Source information START
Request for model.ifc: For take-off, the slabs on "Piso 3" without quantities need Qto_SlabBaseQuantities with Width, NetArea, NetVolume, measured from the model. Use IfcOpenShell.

First a look at what the model holds.

```python
import ifcopenshell
import ifcopenshell.util.element
import ifcopenshell.util.unit

model = ifcopenshell.open("model.ifc")
print(model.schema)
for unit_type in ("LENGTHUNIT", "AREAUNIT", "VOLUMEUNIT"):
    print(unit_type, ifcopenshell.util.unit.calculate_unit_scale(model, unit_type))
storey = next(s for s in model.by_type("IfcBuildingStorey") if s.Name == "Piso 3")
slabs = [e for e in ifcopenshell.util.element.get_decomposition(storey) if e.is_a("IfcSlab")]
for e in sorted(slabs, key=lambda e: e.id()):
    print(e.id(), e.is_a(), e.Name, list(ifcopenshell.util.element.get_psets(e, qtos_only=True)), sep=" | ")
```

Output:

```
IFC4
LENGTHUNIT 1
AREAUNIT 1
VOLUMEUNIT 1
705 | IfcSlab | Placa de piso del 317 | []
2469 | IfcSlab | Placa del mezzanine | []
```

```python
import ifcopenshell
import ifcopenshell.api.pset
import ifcopenshell.geom
import ifcopenshell.util.element
import ifcopenshell.util.shape
import ifcopenshell.util.unit

model = ifcopenshell.open("model.ifc")
unit_scale = ifcopenshell.util.unit.calculate_unit_scale(model)
area_scale = ifcopenshell.util.unit.calculate_unit_scale(model, "AREAUNIT")
volume_scale = ifcopenshell.util.unit.calculate_unit_scale(model, "VOLUMEUNIT")
settings = ifcopenshell.geom.settings()

storey = next(s for s in model.by_type("IfcBuildingStorey") if s.Name == "Piso 3")
slabs = [e for e in ifcopenshell.util.element.get_decomposition(storey) if e.is_a("IfcSlab")]

for e in sorted(slabs, key=lambda e: e.id()):
    if ifcopenshell.util.element.get_psets(e, qtos_only=True, should_inherit=False):
        continue
    # Geometry comes back in metres, in the element's own axes.
    shape = ifcopenshell.geom.create_shape(settings, e)
    values = {
        "Width": ifcopenshell.util.shape.get_z(shape.geometry) / unit_scale,
        "NetArea": ifcopenshell.util.shape.get_footprint_area(shape.geometry) / area_scale,
        "NetVolume": ifcopenshell.util.shape.get_volume(shape.geometry) / volume_scale,
    }
    qto = ifcopenshell.api.pset.add_qto(model, product=e, name="Qto_SlabBaseQuantities")
    ifcopenshell.api.pset.edit_qto(model, qto=qto, properties=values)
    print(e.id(), {k: round(v, 3) for k, v in values.items()})

model.write("model_rev.ifc")
```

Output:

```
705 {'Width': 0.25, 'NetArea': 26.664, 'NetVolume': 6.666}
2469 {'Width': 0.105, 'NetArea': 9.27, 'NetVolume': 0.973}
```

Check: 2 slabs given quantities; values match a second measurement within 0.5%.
Source information END
▸ Exercise details: Return the records exactly, character for character.

▸ Output of the exercise:
Request for model.ifc: For take-off, the slabs on "Piso 3" without quantities need Qto_SlabBaseQuantities with Width, NetArea, NetVolume, measured from the model. Use IfcOpenShell.

First a look at what the model holds.

```python
import ifcopenshell
import ifcopenshell.util.element
import ifcopenshell.util.unit

model = ifcopenshell.open("model.ifc")
print(model.schema)
for unit_type in ("LENGTHUNIT", "AREAUNIT", "VOLUMEUNIT"):
    print(unit_type, ifcopenshell.util.unit.calculate_unit_scale(model, unit_type))
storey = next(s for s in model.by_type("IfcBuildingStorey") if s.Name == "Piso 3")
slabs = [e for e in ifcopenshell.util.element.get_decomposition(storey) if e.is_a("IfcSlab")]
for e in sorted(slabs, key=lambda e: e.id()):
    print(e.id(), e.is_a(), e.Name, list(ifcopenshell.util.element.get_psets(e, qtos_only=True)), sep=" | ")
```

Output:

```
IFC4
LENGTHUNIT 1
AREAUNIT 1
VOLUMEUNIT 1
705 | IfcSlab | Placa de piso del 317 | []
2469 | IfcSlab | Placa del mezzanine | []
```

```python
import ifcopenshell
import ifcopenshell.api.pset
import ifcopenshell.geom
import ifcopenshell.util.element
import ifcopenshell.util.shape
import ifcopenshell.util.unit

model = ifcopenshell.open("model.ifc")
unit_scale = ifcopenshell.util.unit.calculate_unit_scale(model)
area_scale = ifcopenshell.util.unit.calculate_unit_scale(model, "AREAUNIT")
volume_scale = ifcopenshell.util.unit.calculate_unit_scale(model, "VOLUMEUNIT")
settings = ifcopenshell.geom.settings()

storey = next(s for s in model.by_type("IfcBuildingStorey") if s.Name == "Piso 3")
slabs = [e for e in ifcopenshell.util.element.get_decomposition(storey) if e.is_a("IfcSlab")]

for e in sorted(slabs, key=lambda e: e.id()):
    if ifcopenshell.util.element.get_psets(e, qtos_only=True, should_inherit=False):
        continue
    # Geometry comes back in metres, in the element's own axes.
    shape = ifcopenshell.geom.create_shape(settings, e)
    values = {
        "Width": ifcopenshell.util.shape.get_z(shape.geometry) / unit_scale,
        "NetArea": ifcopenshell.util.shape.get_footprint_area(shape.geometry) / area_scale,
        "NetVolume": ifcopenshell.util.shape.get_volume(shape.geometry) / volume_scale,
    }
    qto = ifcopenshell.api.pset.add_qto(model, product=e, name="Qto_SlabBaseQuantities")
    ifcopenshell.api.pset.edit_qto(model, qto=qto, properties=values)
    print(e.id(), {k: round(v, 3) for k, v in values.items()})

model.write("model_rev.ifc")
```

Output:

```
705 {'Width': 0.25, 'NetArea': 26.664, 'NetVolume': 6.666}
2469 {'Width': 0.105, 'NetArea': 9.27, 'NetVolume': 0.973}
```

Check: 2 slabs given quantities; values match a second measurement within 0.5%.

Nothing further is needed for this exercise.